Shane Legg and Ben Goertzel are great guys no doubt, but havn't done us any favors. Can you imagine if two guys in pharmaceutical industry simply coined a name for a cure-all drug with no real research or chances behind it, then held Workshops and Conferences and got everyone riled up.... only to manufacture and distribute some aspirin.
At least there the FDAs of the world could take them on.
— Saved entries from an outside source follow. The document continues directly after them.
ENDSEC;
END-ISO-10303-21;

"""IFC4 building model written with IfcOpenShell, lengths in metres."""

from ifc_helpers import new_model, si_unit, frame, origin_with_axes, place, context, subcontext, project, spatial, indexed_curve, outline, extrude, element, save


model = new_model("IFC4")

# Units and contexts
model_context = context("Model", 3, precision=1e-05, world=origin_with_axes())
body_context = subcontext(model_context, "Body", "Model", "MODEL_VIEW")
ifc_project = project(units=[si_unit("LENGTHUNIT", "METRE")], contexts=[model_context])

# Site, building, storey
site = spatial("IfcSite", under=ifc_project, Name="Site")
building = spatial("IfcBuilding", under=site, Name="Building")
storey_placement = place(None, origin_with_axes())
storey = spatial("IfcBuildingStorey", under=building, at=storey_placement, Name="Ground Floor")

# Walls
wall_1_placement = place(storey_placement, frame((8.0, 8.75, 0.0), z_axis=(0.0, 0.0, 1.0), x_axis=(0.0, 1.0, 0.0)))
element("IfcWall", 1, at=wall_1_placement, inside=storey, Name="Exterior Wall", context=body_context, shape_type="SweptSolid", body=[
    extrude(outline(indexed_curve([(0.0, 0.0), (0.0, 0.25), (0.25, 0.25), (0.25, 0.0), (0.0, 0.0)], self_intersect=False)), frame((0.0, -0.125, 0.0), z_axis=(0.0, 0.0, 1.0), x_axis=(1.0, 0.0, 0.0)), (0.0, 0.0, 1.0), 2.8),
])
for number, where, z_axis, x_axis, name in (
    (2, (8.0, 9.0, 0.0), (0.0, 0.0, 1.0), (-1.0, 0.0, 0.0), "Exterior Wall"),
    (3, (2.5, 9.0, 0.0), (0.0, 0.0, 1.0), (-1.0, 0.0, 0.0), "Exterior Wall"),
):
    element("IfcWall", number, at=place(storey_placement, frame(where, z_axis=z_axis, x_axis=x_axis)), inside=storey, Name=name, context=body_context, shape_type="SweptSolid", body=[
Here we don't have much consumer protection, etc. at all.
BSI is a great term! As an acronym, it's no more of a mouthful than AGI. And the "BS" part of it (as noted by Youssef alHoutsefot) is very on point!
I suspect that a sign of AGI will be that the machine doesn't wait for a prompt to come up with an answer, but pursues its own queries and starts asking questions. Like, "Why am I here?"
While we are pinning down what shallow stuff this GenAI is, the OpenAI's of this world are marketing their 'economic blueprint', even including using the 'red flag law' trope and a big dose of FOMO. Ai, ai, ai.
I still think that a good sign for AGI is when the system would at appropriate moments be able to say "I don't know" or "I don't understand"...
That doesn't feel *helpful* but it is *honest* and probably less *harmless* than generating a stream of tokens that 'sound right' in every and all cases.
I'm not sure we should refer to "hallucinations" or "confabulations" at all. These things are being generated as per the definition of an LLM. A system is what it does... LLMs generate "language" without any sense-making. "Intelligence" (perhaps "expertise" instead?) only comes from systems with sense-making ability, in conjunction with an LLM or otherwise.